▸ **Extracted material**:

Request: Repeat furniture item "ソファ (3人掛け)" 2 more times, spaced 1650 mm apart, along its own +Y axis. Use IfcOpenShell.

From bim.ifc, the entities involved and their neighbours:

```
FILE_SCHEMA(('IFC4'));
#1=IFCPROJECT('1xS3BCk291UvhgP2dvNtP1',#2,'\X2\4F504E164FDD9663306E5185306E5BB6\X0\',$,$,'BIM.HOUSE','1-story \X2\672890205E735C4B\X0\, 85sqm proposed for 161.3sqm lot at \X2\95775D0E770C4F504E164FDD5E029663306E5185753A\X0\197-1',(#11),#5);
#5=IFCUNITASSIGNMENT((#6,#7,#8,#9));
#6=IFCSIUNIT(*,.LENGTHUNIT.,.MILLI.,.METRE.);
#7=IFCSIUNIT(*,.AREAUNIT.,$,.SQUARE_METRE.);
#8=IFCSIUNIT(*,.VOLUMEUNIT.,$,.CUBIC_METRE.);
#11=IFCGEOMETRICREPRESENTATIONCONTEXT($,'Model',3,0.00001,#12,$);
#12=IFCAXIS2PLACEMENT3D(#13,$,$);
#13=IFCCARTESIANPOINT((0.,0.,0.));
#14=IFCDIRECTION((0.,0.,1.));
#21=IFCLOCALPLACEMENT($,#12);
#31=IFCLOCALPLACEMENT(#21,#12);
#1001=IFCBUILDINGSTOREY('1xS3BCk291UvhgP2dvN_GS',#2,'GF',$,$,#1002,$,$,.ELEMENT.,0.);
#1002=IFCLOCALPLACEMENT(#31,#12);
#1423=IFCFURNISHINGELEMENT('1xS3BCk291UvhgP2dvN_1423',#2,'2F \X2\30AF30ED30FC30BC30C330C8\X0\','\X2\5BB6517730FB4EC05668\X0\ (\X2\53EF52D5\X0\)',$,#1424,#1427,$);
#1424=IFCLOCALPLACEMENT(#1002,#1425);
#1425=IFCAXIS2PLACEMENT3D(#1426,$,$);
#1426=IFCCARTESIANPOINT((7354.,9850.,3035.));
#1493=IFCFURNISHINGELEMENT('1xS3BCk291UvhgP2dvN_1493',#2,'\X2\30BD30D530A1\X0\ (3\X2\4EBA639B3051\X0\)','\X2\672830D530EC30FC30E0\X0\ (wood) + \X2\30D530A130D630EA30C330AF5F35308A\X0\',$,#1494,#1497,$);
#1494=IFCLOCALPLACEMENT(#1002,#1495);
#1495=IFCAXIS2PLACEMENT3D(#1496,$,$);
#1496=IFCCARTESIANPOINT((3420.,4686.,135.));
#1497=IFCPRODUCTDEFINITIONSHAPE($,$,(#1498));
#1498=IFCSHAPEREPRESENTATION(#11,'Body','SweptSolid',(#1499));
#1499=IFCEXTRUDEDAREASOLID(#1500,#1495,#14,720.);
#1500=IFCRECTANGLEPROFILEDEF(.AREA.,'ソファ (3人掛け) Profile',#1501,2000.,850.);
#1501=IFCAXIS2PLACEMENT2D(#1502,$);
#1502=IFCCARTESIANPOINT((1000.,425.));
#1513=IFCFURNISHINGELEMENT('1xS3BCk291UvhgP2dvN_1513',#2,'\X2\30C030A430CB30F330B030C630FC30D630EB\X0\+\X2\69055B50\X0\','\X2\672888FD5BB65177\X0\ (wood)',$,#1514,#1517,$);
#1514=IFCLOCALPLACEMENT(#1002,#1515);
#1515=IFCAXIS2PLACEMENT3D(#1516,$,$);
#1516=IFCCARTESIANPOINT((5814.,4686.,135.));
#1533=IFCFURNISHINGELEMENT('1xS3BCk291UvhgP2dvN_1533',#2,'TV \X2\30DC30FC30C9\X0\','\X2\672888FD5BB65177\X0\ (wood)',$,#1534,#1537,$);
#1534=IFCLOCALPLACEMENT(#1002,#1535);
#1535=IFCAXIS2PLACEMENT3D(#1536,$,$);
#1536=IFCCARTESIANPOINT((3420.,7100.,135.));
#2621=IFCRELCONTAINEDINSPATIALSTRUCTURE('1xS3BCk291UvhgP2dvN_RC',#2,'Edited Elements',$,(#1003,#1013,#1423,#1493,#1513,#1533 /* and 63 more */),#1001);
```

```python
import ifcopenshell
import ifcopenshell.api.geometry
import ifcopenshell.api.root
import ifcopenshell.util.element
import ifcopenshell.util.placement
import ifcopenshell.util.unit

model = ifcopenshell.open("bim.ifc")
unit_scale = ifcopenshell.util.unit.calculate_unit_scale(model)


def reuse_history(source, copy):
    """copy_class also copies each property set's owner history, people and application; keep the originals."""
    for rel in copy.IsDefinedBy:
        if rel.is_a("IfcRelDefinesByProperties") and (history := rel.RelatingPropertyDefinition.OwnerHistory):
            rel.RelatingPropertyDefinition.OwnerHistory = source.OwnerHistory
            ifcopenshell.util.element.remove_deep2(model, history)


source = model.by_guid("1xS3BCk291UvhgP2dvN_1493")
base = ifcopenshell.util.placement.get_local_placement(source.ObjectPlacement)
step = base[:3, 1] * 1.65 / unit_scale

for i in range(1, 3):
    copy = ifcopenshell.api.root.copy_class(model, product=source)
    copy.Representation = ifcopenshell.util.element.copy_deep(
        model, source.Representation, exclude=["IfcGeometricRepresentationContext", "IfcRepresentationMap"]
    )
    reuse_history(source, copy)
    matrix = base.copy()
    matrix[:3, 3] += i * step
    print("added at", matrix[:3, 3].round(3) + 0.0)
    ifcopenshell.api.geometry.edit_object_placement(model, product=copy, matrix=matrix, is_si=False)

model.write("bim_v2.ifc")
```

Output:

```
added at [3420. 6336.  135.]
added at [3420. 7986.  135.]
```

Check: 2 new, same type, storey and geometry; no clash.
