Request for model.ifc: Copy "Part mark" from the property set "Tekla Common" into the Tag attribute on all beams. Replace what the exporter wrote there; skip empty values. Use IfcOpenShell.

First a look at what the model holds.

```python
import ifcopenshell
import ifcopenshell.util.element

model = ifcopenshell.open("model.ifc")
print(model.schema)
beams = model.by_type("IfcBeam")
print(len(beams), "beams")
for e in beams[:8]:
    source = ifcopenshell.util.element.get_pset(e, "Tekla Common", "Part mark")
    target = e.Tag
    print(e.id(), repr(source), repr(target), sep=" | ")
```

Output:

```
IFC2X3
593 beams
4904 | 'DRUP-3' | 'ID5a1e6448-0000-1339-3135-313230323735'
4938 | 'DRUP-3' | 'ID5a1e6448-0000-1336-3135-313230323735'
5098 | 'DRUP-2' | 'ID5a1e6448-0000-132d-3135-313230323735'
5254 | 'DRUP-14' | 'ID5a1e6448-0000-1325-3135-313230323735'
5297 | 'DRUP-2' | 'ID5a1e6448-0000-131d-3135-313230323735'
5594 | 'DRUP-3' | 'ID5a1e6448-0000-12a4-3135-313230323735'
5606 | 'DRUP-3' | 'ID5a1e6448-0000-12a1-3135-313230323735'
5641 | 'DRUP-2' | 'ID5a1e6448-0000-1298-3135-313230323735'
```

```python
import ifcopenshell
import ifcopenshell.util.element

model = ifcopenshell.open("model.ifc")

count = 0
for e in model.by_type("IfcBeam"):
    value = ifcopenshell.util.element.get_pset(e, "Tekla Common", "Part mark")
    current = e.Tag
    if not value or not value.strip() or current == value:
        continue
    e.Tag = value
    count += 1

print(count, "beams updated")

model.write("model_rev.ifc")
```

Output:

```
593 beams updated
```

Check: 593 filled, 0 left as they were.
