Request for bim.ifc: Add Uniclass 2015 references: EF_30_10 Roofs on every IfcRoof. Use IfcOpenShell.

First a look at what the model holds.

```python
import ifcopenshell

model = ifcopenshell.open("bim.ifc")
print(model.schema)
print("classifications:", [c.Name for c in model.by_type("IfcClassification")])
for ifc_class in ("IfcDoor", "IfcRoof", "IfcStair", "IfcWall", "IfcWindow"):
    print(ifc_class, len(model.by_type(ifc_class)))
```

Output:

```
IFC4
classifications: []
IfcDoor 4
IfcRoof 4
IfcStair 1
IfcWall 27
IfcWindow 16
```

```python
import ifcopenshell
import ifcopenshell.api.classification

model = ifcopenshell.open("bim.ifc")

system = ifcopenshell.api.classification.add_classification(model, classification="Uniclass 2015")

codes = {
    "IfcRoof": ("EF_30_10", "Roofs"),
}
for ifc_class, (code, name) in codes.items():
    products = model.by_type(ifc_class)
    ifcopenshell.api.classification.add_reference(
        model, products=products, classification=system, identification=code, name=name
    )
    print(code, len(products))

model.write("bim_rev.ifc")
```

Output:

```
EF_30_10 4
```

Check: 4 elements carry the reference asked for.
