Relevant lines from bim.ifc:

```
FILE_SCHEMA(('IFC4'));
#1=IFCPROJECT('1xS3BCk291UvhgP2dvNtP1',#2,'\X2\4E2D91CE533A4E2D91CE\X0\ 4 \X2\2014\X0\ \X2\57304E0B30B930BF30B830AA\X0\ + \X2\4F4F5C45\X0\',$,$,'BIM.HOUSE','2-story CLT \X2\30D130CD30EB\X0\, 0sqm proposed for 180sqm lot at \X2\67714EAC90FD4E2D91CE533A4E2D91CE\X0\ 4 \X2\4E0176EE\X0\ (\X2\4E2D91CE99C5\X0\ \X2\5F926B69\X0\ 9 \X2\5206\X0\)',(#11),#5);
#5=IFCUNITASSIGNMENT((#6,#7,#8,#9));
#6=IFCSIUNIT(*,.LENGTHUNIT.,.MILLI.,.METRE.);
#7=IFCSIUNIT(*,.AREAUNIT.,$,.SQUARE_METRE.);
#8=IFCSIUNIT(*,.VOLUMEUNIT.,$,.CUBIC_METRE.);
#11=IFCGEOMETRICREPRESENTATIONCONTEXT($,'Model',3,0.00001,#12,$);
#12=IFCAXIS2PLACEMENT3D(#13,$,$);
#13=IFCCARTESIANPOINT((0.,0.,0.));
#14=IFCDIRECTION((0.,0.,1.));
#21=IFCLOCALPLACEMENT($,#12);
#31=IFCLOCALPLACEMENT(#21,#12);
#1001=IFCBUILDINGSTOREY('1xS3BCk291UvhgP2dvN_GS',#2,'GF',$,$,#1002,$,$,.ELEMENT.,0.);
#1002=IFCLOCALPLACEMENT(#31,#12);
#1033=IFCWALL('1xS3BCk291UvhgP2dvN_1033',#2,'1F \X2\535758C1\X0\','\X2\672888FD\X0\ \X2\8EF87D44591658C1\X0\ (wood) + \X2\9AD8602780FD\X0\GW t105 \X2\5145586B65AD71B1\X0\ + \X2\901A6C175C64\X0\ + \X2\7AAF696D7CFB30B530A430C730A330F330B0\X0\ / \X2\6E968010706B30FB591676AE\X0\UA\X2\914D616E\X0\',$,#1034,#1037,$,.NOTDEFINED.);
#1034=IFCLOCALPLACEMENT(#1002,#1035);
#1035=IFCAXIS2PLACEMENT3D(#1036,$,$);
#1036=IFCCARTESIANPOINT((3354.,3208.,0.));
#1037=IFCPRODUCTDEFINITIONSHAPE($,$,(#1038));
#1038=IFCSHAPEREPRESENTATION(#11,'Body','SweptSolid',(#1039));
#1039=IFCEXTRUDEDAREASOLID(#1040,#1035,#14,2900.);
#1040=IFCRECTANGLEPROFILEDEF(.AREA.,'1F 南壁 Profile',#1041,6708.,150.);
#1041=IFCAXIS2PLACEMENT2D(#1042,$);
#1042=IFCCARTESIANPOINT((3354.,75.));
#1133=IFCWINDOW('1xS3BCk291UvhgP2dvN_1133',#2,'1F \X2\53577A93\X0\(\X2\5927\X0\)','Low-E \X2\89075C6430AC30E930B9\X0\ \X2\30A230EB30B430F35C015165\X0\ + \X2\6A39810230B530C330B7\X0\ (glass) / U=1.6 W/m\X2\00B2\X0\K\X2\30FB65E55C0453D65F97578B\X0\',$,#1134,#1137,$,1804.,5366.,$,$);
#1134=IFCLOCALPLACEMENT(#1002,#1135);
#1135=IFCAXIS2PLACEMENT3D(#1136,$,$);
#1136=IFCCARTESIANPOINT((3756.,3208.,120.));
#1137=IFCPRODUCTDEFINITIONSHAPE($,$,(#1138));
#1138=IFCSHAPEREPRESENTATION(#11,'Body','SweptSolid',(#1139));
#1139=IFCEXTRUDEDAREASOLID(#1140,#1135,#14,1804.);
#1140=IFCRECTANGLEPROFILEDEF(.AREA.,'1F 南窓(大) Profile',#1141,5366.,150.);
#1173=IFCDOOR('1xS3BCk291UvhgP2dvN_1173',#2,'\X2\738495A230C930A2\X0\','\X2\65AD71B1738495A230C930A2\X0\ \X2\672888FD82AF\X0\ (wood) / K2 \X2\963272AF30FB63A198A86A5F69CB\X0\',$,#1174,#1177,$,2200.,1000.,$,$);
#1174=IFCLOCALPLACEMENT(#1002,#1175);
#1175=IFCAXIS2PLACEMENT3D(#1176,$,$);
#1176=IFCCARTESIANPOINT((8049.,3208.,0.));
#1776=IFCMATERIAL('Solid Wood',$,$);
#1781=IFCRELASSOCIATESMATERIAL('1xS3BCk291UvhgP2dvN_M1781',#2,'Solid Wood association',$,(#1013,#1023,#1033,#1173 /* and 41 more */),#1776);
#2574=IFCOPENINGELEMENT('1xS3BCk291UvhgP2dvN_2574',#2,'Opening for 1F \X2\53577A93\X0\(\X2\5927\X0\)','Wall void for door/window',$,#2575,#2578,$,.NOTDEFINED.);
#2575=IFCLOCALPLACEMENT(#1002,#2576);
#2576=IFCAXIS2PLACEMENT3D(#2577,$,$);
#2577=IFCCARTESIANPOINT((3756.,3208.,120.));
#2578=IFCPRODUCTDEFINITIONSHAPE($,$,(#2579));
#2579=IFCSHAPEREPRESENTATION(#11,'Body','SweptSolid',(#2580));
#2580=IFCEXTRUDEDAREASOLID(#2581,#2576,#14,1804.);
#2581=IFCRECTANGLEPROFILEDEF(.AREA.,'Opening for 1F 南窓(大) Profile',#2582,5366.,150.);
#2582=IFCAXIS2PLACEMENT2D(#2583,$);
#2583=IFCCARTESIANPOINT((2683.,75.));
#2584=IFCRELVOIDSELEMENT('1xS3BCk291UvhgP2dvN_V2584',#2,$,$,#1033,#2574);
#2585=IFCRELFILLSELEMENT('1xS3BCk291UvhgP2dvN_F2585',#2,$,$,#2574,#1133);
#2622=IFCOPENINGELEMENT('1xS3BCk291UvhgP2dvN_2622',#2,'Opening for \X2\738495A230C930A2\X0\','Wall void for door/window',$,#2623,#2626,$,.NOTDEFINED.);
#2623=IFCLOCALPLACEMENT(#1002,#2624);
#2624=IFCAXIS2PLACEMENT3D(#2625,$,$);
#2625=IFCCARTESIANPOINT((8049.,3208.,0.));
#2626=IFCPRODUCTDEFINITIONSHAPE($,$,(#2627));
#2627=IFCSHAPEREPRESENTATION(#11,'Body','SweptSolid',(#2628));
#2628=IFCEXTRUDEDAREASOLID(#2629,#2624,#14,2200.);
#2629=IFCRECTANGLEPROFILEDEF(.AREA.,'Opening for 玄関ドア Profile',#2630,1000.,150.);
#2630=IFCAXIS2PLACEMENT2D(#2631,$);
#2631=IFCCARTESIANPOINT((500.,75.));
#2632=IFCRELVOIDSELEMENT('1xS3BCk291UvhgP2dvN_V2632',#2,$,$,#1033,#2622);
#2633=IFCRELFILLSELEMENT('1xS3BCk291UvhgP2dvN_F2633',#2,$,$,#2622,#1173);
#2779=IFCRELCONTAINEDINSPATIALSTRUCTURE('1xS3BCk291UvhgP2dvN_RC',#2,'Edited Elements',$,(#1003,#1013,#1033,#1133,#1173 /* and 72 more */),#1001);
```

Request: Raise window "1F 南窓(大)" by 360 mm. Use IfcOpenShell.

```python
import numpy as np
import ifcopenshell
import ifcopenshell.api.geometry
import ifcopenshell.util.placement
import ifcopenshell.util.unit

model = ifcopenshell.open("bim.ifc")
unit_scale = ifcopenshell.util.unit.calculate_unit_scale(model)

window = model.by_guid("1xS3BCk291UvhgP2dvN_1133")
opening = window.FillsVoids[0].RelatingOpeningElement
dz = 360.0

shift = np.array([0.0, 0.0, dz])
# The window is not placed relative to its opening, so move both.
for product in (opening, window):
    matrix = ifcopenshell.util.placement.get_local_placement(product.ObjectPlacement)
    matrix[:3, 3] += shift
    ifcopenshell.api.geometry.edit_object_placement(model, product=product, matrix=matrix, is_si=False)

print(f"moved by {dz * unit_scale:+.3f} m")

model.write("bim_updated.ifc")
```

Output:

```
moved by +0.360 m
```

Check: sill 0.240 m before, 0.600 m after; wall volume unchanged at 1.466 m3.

▸ **What is expected**:
For the entries above, state how many lines contain the word "proposed". Provide the number by itself.

▸ **Reply to the exercise**:
2